Below are the records; pull every line that includes "more".

** Opening Available data block **

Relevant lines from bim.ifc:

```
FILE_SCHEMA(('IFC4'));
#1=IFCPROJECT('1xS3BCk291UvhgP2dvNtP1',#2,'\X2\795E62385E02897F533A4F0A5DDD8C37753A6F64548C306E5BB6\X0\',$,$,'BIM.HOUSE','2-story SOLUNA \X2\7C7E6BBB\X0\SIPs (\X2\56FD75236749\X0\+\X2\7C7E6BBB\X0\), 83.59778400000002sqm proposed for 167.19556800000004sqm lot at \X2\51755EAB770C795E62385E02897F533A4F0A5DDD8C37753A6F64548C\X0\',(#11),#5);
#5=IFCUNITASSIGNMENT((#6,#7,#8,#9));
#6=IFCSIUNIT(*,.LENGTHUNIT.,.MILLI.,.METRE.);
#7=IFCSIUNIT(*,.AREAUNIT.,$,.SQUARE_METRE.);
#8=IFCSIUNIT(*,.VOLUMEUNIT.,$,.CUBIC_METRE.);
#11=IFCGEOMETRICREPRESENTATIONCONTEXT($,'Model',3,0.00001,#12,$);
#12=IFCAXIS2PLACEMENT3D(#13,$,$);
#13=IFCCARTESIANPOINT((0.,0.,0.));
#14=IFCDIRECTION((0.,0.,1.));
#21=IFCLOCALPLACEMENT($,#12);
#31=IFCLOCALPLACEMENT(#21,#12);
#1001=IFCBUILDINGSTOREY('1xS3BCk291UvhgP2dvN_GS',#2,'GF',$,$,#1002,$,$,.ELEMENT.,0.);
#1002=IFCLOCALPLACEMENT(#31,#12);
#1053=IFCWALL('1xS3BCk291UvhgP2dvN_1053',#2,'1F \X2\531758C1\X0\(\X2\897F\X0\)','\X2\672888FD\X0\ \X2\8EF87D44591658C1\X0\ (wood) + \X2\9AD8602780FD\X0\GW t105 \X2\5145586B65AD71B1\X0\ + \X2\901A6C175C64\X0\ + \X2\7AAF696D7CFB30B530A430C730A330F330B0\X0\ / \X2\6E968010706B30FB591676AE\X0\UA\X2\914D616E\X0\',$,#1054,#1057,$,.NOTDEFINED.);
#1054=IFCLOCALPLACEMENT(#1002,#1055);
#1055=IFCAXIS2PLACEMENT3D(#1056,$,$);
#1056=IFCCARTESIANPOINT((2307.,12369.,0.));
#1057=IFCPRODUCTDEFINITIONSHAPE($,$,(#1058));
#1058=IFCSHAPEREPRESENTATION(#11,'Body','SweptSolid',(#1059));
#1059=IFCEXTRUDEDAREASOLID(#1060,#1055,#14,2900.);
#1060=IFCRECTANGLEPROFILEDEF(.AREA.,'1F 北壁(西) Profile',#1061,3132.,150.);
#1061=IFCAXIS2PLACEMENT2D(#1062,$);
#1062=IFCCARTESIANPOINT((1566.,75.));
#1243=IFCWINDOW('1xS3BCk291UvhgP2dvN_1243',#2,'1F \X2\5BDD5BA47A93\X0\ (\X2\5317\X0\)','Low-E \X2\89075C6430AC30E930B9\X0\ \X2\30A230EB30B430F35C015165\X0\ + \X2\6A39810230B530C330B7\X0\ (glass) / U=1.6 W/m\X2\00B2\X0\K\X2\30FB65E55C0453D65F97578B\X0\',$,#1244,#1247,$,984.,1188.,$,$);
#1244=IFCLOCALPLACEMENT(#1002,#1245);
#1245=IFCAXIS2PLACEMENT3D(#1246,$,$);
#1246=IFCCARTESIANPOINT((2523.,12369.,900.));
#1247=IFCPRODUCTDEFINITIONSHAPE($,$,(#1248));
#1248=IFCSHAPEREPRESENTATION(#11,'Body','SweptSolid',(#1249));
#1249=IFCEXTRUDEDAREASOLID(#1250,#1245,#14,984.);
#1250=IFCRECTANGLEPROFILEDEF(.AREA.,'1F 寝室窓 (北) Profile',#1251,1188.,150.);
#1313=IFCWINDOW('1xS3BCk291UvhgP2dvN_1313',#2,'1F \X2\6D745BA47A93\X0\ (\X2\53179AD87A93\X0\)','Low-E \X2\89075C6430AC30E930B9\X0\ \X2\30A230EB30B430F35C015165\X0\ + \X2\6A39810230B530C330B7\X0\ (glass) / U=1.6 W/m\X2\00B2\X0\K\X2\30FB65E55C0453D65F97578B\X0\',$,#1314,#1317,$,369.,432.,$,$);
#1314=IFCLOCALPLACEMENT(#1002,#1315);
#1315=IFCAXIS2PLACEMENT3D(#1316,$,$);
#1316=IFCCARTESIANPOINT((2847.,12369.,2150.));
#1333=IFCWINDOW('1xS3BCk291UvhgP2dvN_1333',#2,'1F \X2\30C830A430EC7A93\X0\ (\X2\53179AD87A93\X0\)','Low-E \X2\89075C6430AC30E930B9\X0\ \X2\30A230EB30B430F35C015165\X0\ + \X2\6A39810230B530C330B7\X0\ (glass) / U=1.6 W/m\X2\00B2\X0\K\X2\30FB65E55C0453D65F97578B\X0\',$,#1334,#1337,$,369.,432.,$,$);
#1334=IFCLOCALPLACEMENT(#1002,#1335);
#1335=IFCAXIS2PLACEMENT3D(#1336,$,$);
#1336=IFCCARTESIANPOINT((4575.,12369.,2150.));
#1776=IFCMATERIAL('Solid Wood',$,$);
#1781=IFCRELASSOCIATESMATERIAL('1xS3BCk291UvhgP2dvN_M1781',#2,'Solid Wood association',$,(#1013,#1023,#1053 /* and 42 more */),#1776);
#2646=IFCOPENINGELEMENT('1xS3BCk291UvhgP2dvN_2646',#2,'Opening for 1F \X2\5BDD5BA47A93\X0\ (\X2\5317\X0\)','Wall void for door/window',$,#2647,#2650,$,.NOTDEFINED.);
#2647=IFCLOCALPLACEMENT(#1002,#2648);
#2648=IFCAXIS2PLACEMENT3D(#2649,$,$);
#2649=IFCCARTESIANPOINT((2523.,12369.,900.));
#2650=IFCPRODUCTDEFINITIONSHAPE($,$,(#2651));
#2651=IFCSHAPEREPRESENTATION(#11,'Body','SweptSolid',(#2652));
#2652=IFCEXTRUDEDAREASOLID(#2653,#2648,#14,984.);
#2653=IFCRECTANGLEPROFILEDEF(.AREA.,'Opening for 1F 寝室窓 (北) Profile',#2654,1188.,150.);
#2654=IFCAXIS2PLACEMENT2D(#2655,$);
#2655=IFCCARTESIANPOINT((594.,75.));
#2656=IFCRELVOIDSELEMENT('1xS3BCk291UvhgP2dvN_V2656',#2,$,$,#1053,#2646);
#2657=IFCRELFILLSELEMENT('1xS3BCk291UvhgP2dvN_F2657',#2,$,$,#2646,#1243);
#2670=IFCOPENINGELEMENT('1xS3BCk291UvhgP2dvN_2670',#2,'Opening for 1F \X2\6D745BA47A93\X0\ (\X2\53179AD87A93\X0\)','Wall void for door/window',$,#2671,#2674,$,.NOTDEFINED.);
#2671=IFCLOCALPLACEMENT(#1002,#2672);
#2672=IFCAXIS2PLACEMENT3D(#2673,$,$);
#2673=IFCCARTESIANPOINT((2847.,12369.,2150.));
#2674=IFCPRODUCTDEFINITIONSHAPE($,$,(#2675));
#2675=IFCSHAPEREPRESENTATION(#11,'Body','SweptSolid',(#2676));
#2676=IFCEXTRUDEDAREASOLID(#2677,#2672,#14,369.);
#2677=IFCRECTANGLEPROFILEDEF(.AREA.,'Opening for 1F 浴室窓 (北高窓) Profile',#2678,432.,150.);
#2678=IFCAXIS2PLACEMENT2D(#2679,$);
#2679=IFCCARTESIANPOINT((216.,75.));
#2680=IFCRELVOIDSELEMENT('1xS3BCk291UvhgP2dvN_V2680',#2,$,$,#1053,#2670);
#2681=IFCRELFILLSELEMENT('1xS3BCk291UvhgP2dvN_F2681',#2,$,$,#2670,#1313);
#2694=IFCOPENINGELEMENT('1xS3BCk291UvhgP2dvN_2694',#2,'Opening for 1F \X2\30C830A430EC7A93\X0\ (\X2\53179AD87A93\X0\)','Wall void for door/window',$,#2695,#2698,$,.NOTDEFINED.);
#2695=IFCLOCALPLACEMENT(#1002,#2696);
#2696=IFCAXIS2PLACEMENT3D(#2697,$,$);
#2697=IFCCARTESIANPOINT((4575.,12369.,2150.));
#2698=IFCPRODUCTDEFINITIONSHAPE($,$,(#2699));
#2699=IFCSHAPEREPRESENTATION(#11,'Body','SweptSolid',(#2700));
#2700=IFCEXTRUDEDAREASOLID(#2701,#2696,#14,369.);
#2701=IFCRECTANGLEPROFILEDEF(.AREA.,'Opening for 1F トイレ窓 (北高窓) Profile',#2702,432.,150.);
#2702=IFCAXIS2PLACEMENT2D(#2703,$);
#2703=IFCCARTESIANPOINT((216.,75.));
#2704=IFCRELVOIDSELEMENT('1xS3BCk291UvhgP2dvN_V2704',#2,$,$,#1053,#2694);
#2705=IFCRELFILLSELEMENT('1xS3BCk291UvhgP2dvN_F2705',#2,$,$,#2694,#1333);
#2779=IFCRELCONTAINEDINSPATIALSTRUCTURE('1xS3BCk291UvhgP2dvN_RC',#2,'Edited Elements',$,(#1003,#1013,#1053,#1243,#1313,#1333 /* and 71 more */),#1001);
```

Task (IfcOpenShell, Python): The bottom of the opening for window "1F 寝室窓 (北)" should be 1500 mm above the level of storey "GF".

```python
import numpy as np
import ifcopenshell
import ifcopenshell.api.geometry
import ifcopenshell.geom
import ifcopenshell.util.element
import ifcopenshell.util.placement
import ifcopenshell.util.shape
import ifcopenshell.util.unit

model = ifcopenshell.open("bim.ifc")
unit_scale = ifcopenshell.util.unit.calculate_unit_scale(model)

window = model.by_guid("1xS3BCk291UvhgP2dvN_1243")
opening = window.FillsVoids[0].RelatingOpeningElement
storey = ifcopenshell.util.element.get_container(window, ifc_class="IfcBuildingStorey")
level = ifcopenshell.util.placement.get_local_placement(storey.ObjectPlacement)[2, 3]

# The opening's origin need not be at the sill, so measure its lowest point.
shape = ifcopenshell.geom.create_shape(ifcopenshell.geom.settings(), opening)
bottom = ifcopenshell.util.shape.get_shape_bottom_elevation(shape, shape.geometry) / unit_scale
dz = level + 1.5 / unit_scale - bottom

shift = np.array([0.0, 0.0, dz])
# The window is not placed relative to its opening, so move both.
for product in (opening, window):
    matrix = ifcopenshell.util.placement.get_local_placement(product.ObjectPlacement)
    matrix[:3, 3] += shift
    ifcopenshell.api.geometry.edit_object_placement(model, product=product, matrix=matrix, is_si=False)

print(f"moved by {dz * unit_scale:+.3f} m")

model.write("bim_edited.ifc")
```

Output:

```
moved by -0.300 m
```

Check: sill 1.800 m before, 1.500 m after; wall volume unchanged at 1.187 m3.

** Closing Available data block **

## [Answer box]
#1781=IFCRELASSOCIATESMATERIAL('1xS3BCk291UvhgP2dvN_M1781',#2,'Solid Wood association',$,(#1013,#1023,#1053 /* and 42 more */),#1776);
#2779=IFCRELCONTAINEDINSPATIALSTRUCTURE('1xS3BCk291UvhgP2dvN_RC',#2,'Edited Elements',$,(#1003,#1013,#1053,#1243,#1313,#1333 /* and 71 more */),#1001);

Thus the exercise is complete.